WORK INSTRUCTIONS →
From the entries that follow, reproduce exactly and only the lines from the line with "#206=IFCPRODUCTDEFINITIONSHAPE($,$,(#205));" to the line with "#210=IFCRELAGGREGATES('0000000000000000000018',$,$,$,#19,(#23));", endpoints included.

━━━━

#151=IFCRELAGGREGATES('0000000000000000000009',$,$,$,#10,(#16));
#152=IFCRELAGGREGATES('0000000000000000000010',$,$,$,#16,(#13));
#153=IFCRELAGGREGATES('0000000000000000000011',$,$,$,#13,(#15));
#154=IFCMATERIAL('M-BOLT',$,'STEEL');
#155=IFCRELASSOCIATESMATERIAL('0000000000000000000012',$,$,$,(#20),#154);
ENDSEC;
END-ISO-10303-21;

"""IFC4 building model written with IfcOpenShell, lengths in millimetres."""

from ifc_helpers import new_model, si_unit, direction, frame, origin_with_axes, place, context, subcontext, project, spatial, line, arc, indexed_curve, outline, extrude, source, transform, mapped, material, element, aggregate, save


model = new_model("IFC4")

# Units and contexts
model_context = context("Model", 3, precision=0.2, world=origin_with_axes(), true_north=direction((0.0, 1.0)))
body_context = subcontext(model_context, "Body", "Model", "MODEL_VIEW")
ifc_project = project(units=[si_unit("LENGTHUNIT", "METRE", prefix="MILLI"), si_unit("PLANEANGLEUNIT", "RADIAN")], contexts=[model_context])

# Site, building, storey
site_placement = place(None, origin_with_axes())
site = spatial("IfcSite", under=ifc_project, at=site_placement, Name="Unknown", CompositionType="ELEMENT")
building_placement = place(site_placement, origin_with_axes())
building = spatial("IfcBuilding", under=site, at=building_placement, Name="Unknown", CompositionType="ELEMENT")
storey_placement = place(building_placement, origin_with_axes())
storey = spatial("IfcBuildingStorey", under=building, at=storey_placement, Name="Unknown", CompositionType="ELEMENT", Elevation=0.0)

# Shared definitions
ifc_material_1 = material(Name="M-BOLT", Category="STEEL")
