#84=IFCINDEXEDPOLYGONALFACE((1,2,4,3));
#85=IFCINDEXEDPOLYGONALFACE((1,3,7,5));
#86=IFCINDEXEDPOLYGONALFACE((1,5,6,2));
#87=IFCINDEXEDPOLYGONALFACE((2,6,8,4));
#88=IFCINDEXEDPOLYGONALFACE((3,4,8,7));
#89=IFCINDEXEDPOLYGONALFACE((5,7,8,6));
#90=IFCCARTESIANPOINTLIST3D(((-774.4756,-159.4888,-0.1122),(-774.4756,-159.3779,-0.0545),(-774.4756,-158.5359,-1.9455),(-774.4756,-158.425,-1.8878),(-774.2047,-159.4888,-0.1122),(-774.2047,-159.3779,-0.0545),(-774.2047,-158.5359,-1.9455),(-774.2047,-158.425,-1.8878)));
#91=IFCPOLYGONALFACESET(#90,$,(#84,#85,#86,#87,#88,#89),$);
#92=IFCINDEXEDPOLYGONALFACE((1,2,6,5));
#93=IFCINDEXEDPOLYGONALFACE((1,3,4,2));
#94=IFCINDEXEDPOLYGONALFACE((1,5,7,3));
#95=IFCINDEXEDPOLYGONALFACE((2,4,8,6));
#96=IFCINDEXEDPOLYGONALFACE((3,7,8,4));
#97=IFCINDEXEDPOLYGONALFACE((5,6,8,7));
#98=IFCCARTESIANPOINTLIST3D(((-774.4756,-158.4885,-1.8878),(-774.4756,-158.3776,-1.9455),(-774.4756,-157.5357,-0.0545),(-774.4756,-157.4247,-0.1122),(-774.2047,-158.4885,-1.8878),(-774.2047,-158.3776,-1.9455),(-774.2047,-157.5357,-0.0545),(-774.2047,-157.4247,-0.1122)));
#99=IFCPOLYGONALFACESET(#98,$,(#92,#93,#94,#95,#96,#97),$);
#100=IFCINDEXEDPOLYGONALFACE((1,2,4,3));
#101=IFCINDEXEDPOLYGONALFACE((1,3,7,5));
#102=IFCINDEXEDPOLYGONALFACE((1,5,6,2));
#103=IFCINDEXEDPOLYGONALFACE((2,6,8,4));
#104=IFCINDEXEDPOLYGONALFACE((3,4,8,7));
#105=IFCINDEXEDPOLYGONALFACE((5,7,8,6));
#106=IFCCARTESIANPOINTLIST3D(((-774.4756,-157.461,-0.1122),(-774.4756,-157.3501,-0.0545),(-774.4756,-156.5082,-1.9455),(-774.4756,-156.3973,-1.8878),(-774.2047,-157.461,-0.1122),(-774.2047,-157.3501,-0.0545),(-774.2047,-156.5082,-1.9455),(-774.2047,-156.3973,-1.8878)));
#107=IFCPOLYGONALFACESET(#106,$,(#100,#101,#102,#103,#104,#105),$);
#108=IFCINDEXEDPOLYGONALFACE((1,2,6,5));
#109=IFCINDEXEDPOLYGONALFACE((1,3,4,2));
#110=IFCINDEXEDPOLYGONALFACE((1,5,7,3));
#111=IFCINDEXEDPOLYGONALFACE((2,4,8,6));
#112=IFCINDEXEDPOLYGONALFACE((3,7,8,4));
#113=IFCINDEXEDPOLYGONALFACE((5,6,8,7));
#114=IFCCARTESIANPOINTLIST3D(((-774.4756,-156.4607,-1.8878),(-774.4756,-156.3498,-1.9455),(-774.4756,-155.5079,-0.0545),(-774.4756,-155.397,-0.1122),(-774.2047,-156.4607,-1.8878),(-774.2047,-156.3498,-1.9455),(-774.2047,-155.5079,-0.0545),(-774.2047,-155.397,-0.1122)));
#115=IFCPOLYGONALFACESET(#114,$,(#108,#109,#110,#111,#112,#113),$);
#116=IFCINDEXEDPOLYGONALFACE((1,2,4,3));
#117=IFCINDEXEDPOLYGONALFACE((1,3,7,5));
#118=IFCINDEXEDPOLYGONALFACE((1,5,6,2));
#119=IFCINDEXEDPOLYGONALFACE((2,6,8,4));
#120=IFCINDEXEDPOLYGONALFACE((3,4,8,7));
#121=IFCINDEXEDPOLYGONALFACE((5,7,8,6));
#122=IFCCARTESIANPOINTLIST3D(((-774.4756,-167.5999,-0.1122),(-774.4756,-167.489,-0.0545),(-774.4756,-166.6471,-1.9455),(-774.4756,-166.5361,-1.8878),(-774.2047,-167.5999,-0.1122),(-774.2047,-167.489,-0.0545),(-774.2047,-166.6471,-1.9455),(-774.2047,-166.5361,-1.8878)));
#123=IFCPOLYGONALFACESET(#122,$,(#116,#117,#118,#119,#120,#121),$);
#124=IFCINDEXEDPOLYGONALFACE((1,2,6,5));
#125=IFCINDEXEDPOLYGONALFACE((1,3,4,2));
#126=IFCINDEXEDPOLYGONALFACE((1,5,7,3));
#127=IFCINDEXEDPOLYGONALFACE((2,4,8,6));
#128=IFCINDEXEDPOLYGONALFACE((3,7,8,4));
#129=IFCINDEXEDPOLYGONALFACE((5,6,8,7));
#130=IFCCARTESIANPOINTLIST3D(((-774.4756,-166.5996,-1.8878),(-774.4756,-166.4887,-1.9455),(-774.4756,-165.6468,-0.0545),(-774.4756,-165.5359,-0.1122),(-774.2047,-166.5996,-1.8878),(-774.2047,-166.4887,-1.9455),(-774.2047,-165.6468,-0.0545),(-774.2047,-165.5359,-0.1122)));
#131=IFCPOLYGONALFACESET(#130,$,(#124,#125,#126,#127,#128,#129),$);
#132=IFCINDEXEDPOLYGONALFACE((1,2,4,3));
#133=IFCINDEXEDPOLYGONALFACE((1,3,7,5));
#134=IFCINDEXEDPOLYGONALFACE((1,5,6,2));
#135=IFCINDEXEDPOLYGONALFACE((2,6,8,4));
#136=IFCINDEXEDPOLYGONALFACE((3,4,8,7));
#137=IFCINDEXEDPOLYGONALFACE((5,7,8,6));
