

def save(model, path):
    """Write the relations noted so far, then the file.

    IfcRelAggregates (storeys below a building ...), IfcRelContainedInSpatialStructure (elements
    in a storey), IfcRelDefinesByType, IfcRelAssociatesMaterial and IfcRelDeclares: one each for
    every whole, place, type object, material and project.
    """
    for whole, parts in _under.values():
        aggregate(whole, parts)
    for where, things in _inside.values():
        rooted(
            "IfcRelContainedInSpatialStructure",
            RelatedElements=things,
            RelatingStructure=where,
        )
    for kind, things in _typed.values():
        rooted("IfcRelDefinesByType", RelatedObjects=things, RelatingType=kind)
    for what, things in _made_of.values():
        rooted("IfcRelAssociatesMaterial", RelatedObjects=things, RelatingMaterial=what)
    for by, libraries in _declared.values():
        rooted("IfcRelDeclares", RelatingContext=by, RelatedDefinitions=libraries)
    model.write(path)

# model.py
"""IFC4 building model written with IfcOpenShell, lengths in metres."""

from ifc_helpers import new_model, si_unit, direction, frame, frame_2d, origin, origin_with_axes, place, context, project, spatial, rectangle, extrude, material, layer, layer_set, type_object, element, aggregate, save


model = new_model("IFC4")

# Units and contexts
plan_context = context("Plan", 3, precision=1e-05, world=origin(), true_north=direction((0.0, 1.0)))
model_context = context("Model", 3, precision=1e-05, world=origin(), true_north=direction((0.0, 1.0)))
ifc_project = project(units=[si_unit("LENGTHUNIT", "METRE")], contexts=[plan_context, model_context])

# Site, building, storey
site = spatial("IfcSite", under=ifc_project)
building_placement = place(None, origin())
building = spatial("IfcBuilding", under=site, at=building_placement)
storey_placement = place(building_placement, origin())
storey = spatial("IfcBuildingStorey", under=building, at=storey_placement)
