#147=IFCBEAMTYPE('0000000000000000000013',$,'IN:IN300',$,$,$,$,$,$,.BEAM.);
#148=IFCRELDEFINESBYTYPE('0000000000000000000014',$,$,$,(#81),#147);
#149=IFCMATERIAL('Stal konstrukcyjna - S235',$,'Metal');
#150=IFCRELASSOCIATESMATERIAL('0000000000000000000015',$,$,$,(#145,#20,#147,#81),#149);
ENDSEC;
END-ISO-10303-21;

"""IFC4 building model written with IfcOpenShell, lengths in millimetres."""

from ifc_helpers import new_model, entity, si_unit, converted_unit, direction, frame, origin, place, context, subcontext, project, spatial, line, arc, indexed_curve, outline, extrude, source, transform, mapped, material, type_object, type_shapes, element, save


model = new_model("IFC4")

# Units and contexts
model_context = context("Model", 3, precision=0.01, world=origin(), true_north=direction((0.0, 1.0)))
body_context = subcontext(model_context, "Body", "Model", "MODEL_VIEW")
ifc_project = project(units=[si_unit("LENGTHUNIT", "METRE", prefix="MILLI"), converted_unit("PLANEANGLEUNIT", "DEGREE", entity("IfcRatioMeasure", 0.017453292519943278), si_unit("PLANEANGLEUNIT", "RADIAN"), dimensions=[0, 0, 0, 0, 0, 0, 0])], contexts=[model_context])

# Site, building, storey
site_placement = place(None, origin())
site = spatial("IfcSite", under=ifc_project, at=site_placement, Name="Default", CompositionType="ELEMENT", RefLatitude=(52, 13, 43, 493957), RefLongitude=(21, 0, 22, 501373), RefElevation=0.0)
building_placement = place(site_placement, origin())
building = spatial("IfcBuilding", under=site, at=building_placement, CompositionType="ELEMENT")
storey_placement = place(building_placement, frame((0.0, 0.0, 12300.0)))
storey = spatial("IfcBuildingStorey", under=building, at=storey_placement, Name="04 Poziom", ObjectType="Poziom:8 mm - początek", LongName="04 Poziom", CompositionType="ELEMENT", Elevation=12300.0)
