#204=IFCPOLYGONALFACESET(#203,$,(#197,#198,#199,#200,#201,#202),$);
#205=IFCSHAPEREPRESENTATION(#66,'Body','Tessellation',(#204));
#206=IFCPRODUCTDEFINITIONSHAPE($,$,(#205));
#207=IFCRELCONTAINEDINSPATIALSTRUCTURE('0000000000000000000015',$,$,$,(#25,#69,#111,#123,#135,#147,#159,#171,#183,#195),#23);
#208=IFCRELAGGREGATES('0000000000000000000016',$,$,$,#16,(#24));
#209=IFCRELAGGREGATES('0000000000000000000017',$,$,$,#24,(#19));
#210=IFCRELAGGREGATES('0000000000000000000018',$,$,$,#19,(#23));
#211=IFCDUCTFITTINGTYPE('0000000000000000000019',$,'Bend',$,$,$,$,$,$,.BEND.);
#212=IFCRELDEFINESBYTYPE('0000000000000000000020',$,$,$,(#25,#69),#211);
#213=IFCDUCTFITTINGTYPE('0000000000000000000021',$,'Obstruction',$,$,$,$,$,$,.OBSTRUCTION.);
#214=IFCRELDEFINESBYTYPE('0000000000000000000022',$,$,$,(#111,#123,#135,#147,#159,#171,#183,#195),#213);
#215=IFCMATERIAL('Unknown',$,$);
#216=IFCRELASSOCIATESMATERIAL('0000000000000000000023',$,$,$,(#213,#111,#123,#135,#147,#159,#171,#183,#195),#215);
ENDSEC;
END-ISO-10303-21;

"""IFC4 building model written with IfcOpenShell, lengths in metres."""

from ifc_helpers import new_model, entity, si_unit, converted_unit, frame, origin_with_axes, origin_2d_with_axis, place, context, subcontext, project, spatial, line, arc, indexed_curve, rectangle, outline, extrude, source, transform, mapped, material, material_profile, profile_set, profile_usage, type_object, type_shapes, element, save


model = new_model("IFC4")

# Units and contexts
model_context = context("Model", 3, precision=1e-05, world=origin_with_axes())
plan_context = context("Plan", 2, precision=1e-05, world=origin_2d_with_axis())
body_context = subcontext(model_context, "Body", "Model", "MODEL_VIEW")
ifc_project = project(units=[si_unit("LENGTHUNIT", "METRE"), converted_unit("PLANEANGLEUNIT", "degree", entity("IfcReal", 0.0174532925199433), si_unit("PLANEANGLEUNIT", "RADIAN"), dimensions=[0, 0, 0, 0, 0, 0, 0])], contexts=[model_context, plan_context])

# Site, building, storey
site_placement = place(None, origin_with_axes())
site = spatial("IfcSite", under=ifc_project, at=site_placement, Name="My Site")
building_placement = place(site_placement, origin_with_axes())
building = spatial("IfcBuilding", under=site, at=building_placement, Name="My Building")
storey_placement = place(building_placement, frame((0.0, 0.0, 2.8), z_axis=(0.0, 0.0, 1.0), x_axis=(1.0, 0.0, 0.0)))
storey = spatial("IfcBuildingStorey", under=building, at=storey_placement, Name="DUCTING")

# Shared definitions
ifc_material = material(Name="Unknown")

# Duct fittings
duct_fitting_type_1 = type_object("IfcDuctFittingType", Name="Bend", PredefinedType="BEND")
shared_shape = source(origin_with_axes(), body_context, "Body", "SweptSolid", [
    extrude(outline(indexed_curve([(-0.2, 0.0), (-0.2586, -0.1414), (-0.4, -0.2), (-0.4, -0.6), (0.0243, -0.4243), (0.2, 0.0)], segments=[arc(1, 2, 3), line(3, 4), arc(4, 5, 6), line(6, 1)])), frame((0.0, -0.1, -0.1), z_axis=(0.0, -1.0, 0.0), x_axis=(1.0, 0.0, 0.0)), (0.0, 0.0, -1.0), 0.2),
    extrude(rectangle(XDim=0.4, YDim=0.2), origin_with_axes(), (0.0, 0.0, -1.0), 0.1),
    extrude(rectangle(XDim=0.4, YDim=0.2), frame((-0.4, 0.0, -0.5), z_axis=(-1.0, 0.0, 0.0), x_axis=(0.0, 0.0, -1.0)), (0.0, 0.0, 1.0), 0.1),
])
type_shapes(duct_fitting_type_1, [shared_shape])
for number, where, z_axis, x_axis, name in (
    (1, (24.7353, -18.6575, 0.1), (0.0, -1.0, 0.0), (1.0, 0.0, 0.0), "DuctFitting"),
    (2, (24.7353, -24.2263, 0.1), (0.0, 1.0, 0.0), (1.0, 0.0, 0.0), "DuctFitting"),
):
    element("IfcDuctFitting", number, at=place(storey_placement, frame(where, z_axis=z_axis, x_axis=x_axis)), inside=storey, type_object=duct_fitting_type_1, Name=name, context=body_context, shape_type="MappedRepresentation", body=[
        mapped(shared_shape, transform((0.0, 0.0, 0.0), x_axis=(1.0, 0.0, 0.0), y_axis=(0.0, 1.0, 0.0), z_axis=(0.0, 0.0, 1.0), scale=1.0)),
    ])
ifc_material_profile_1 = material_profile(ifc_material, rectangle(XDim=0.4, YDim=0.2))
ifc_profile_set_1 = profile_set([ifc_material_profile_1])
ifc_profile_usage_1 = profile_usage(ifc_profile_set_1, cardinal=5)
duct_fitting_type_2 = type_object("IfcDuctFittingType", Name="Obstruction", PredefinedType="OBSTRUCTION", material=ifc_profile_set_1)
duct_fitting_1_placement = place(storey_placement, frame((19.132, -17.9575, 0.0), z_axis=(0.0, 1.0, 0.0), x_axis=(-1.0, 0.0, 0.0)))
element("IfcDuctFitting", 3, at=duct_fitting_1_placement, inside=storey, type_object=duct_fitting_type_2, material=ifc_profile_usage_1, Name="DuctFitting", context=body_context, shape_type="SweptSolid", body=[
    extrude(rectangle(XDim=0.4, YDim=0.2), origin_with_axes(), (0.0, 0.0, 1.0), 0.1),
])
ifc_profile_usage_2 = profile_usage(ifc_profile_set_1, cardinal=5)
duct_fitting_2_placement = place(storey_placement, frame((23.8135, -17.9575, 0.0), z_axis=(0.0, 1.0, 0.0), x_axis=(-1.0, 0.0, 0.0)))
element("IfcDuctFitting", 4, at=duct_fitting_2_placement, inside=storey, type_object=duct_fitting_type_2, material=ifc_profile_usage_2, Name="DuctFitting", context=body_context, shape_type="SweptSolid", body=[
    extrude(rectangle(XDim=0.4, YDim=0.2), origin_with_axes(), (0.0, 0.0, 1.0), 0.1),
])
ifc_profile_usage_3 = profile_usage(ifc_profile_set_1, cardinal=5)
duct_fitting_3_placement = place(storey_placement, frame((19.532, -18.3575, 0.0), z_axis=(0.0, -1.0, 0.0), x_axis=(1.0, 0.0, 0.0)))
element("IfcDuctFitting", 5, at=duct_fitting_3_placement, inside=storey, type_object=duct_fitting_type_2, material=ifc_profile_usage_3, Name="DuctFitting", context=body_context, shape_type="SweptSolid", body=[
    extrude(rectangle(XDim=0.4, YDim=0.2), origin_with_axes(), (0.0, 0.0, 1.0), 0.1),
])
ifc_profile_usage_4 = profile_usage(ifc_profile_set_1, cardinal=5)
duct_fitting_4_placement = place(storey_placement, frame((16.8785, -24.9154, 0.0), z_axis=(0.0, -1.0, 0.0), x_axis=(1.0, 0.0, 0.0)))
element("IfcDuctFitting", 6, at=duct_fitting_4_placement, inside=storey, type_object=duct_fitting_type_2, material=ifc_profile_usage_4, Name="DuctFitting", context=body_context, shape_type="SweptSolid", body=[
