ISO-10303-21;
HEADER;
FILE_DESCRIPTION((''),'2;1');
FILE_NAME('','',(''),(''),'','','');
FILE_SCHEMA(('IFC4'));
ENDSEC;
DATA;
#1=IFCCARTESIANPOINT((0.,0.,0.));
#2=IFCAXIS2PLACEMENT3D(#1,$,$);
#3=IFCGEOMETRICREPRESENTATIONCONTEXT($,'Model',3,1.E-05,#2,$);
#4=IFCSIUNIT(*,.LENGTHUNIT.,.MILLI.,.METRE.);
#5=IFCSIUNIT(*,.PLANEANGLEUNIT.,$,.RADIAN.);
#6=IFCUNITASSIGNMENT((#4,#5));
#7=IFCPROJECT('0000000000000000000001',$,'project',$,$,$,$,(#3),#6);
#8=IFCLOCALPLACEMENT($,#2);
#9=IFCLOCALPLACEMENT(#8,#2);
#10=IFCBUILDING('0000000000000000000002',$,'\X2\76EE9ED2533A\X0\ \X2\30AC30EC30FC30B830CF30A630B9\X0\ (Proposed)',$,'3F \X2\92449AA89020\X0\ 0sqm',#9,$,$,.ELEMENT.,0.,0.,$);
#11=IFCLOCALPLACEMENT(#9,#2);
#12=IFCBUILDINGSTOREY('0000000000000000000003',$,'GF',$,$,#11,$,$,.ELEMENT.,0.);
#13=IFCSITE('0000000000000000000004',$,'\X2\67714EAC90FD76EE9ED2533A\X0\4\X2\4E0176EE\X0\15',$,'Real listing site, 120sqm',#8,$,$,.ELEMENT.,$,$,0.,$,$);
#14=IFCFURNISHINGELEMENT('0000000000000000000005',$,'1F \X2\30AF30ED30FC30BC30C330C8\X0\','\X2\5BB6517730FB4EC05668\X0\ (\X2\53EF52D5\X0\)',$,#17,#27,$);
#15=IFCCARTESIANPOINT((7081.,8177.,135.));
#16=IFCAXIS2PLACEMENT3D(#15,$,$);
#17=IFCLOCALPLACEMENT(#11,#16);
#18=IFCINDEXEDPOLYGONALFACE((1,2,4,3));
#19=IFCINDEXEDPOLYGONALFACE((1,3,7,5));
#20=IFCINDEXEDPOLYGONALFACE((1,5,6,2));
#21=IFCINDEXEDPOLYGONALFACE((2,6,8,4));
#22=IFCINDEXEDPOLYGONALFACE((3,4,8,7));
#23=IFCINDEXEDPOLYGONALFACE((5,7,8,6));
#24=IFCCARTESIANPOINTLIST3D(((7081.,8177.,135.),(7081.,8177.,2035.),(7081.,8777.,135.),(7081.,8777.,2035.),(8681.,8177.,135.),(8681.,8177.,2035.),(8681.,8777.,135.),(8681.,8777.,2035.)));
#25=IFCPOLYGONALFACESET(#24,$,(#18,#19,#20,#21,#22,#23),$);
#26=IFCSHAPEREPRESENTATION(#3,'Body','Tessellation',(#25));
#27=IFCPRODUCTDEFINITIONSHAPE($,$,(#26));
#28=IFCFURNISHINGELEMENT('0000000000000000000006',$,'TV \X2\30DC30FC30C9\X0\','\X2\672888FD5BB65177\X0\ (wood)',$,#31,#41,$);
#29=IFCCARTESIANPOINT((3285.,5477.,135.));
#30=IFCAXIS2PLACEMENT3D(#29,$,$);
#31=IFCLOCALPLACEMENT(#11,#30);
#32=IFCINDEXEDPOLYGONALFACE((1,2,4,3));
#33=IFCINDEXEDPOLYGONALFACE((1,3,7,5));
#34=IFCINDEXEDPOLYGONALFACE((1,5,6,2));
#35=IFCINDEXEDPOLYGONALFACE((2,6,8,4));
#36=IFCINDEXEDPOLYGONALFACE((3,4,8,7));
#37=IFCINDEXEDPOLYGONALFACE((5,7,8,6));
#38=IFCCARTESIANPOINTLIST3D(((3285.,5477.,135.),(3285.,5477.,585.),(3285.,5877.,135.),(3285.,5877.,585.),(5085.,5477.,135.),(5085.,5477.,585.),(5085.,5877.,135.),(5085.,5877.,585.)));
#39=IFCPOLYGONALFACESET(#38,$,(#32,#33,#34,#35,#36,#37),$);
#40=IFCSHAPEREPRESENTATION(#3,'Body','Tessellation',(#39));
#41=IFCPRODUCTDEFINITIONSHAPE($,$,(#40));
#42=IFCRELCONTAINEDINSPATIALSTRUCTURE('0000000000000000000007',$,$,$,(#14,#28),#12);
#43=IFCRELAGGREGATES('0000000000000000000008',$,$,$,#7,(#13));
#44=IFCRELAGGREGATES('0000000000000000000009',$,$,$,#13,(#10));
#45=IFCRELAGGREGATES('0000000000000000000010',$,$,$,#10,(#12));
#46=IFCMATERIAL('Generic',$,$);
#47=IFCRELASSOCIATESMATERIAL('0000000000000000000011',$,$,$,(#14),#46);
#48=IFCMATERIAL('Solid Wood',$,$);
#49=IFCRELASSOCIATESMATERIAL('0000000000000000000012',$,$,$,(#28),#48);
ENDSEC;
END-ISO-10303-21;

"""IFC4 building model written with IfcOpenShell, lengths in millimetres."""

from ifc_helpers import new_model, si_unit, frame, frame_2d, origin, place, context, project, spatial, rectangle, extrude, material, element, save


model = new_model("IFC4")

# Units and contexts
model_context = context("Model", 3, precision=1e-05, world=origin())
ifc_project = project(units=[si_unit("LENGTHUNIT", "METRE", prefix="MILLI"), si_unit("PLANEANGLEUNIT", "RADIAN")], contexts=[model_context])

# Site, building, storey
site_placement = place(None, origin())
site = spatial("IfcSite", under=ifc_project, at=site_placement, Name="東京都目黒区4丁目15", ObjectType="Real listing site, 120sqm", CompositionType="ELEMENT", RefElevation=0.0)
building_placement = place(site_placement, origin())
building = spatial("IfcBuilding", under=site, at=building_placement, Name="目黒区 ガレージハウス (Proposed)", ObjectType="3F 鉄骨造 0sqm", CompositionType="ELEMENT", ElevationOfRefHeight=0.0, ElevationOfTerrain=0.0)
storey_placement = place(building_placement, origin())
storey = spatial("IfcBuildingStorey", under=building, at=storey_placement, Name="GF", CompositionType="ELEMENT", Elevation=0.0)

# Shared definitions
ifc_material_1 = material(Name="Solid Wood")

# Shared definitions
ifc_material_2 = material(Name="Generic")

# Furnishing elements
furnishing_1_placement = place(storey_placement, frame((7081.0, 8177.0, 135.0)))
element("IfcFurnishingElement", 1, at=furnishing_1_placement, inside=storey, material=ifc_material_2, Name="1F クローゼット", Description="家具・什器 (可動)", context=model_context, shape_type="SweptSolid", body=[
    extrude(rectangle(XDim=1600.0, YDim=600.0, at=frame_2d((800.0, 300.0))), frame((7081.0, 8177.0, 135.0)), (0.0, 0.0, 1.0), 1900.0),
])
furnishing_2_placement = place(storey_placement, frame((3285.0, 5477.0, 135.0)))
element("IfcFurnishingElement", 2, at=furnishing_2_placement, inside=storey, material=ifc_material_1, Name="TV ボード", Description="木製家具 (wood)", context=model_context, shape_type="SweptSolid", body=[
    extrude(rectangle(XDim=1800.0, YDim=400.0, at=frame_2d((900.0, 200.0))), frame((3285.0, 5477.0, 135.0)), (0.0, 0.0, 1.0), 450.0),
])

save(model, "model.ifc")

━━━━

ANSWER FOR THIS EXERCISE →
#206=IFCPRODUCTDEFINITIONSHAPE($,$,(#205));
#207=IFCRELCONTAINEDINSPATIALSTRUCTURE('0000000000000000000015',$,$,$,(#25,#69,#111,#123,#135,#147,#159,#171,#183,#195),#23);
#208=IFCRELAGGREGATES('0000000000000000000016',$,$,$,#16,(#24));
#209=IFCRELAGGREGATES('0000000000000000000017',$,$,$,#24,(#19));
#210=IFCRELAGGREGATES('0000000000000000000018',$,$,$,#19,(#23));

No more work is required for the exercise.